The issue on the legalization of marijuana evokes diverse reactions from different places across the globe in accordance with how the correlated morals shape or rather dictate one’s opinion. The legalization of marijuana for the medical purpose has over the years remained the subject of continual controversy based on its clinical applications in state-sanctioned dispensaries and the place of marijuana in the public health policy (Ferguson 45). The medical applicability of this illicit recreational substance has re-surfaced as a timely, albeit polarizing, subject to clinical practitioners and members of P&T and the public. However, many states have or are currently embracing the legalization of marijuana for the medical purposes (Monte, Richard and Kennon 242). Conversely, the healthcare practitioners undertake in-depth studies to understand the effects of marijuana on their clients. Many benefits have been realized from the utilization of medical marijuana. However, the utilization of marijuana is restrained by regulatory inconsistencies and ambiguities. This is because there are legal risks involved due to the difference in its prescription by a different physician from those prescribing traditional approved medications. Another inconsistency is that P&T committees may find it hard since hospitals are mandated to dispense marijuana (Hickenlooper 245). Marijuana should be legalized and eliminated from the criminal justice systems but regulated similarly to Tobacco and alcohol. The drug should be legalized and regulated to ensure that country’s largest cash crop is included under the rule of law. Legalization and regulating marijuana will create jobs and increase economic opportunities within the formal economy rather than the illicit market. This will also lead to the preservation of state scarce law enforcement resources. It will be better used to protect public safety and a reduction in the corrections and courts costs. There will be an increased acquisition of significant new sources of tax revenues from the regulation of marijuana sales (Campbell, Jean and Nathan 56). The continuous criminalization of marijuana harms the young population, people of color disproportionately.

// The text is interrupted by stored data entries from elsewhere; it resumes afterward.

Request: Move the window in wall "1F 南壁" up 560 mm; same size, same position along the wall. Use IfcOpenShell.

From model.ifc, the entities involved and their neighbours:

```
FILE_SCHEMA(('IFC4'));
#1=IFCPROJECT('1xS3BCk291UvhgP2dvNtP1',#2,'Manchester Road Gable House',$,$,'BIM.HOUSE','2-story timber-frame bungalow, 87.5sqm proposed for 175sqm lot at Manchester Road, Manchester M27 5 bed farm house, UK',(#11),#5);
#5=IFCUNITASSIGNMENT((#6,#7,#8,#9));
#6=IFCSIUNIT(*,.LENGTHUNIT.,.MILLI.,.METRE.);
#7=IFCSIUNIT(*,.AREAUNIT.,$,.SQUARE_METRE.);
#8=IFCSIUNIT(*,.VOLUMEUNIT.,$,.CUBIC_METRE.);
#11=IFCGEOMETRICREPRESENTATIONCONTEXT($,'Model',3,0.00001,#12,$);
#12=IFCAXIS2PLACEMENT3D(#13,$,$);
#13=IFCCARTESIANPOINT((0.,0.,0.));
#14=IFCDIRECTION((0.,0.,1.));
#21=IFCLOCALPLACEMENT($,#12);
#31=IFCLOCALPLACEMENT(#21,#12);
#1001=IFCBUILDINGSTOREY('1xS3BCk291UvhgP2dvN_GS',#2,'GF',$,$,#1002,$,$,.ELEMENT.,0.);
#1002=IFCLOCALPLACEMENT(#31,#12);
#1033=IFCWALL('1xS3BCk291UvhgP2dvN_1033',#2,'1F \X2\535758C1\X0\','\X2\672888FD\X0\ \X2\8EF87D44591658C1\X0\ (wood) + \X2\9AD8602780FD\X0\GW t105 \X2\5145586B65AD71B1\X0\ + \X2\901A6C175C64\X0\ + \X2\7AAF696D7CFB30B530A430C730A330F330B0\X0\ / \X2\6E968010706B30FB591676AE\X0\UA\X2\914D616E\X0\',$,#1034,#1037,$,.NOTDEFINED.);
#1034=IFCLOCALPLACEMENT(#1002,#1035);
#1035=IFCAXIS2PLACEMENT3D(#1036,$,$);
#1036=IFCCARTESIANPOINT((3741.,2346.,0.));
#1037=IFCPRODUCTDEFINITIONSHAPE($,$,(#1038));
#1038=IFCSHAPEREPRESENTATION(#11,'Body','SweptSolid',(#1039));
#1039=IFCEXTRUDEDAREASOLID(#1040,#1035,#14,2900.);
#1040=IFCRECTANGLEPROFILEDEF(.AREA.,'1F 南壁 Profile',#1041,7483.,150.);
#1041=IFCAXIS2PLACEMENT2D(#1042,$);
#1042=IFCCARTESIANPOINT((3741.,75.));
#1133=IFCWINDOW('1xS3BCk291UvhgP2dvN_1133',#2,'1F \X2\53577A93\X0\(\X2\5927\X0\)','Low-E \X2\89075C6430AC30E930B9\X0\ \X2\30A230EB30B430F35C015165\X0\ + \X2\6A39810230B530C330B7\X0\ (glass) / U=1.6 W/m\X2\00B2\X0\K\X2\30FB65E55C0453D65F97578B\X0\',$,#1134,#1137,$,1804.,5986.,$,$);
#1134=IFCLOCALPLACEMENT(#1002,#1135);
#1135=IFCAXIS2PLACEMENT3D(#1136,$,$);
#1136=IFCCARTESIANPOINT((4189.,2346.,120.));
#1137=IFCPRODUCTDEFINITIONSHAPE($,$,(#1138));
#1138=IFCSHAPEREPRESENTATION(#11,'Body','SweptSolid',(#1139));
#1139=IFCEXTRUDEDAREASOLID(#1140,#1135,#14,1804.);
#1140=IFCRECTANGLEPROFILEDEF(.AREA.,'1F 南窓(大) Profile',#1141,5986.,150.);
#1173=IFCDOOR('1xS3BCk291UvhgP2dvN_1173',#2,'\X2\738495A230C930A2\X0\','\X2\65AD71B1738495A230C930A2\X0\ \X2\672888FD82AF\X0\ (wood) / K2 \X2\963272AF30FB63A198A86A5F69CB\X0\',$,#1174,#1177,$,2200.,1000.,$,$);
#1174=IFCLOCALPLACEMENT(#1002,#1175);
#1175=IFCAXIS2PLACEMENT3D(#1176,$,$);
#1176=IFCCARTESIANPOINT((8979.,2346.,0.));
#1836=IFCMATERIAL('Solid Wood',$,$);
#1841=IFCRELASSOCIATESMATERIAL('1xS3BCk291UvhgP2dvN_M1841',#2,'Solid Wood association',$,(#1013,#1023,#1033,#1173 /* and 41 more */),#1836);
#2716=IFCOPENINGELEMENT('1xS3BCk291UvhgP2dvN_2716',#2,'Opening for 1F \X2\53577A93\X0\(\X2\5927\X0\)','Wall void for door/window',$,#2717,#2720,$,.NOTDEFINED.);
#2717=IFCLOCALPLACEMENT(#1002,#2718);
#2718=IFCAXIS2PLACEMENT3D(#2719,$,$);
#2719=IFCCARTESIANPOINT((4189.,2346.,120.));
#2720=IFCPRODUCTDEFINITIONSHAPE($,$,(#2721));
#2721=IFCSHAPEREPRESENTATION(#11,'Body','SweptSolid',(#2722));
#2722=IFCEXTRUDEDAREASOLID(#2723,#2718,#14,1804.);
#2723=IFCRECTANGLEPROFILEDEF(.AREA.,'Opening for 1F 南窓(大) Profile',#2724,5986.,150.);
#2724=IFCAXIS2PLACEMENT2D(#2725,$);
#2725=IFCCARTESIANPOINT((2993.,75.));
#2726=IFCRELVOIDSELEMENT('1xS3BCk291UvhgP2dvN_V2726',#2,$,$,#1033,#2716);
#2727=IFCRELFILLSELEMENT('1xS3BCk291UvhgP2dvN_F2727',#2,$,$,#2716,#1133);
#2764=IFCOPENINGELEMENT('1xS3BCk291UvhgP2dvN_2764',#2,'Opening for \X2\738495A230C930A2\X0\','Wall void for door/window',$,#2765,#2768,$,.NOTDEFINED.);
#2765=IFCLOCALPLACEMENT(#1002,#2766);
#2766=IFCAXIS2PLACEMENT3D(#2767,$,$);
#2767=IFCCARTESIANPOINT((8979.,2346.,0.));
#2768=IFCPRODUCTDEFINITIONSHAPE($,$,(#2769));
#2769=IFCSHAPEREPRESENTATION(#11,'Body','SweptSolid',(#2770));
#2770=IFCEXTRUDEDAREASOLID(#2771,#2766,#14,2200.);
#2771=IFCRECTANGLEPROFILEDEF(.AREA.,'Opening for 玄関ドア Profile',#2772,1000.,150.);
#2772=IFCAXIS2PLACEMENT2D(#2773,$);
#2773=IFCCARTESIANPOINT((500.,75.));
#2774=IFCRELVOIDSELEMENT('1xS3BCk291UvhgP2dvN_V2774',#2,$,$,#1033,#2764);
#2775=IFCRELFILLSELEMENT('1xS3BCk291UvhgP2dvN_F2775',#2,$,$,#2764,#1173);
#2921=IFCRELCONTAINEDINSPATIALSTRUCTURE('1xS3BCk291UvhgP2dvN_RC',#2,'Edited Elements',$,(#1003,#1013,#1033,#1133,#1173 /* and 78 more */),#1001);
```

```python
import numpy as np
import ifcopenshell
import ifcopenshell.api.geometry
import ifcopenshell.util.placement
import ifcopenshell.util.unit

model = ifcopenshell.open("model.ifc")
unit_scale = ifcopenshell.util.unit.calculate_unit_scale(model)

window = model.by_guid("1xS3BCk291UvhgP2dvN_1133")
opening = window.FillsVoids[0].RelatingOpeningElement
dz = 560.0

shift = np.array([0.0, 0.0, dz])
# The window is not placed relative to its opening, so move both.
for product in (opening, window):
    matrix = ifcopenshell.util.placement.get_local_placement(product.ObjectPlacement)
    matrix[:3, 3] += shift
    ifcopenshell.api.geometry.edit_object_placement(model, product=product, matrix=matrix, is_si=False)

print(f"moved by {dz * unit_scale:+.3f} m")

model.write("model_v2.ifc")
```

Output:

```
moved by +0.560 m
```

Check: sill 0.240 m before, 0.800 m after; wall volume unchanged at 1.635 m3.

Marijuana’s criminalization has sponsored massive levels of corruption and violence and has failed to bar youth access.
Campbell, William, Jean Twenge, and Nathan Carter. "Support for Marijuana (Cannabis) Legalization: Untangling Age, Period, and Cohort Effects." Collabra: Psychology 3.1 (2017).
Ferguson, Bob. "Introduction: Legalization of Marijuana in Washington State." Gonz. L. Rev. 50 (2014): 239.
Hickenlooper, Governor John W. "Experimenting with pot: the state of Colorado's legalization of marijuana." The Milbank Quarterly 92.2 (2014): 243-249.
Monte, Andrew A., Richard D. Zane, and Kennon J. Heard. "The implications of marijuana legalization in Colorado." Jama 313.3 (2015): 241-242.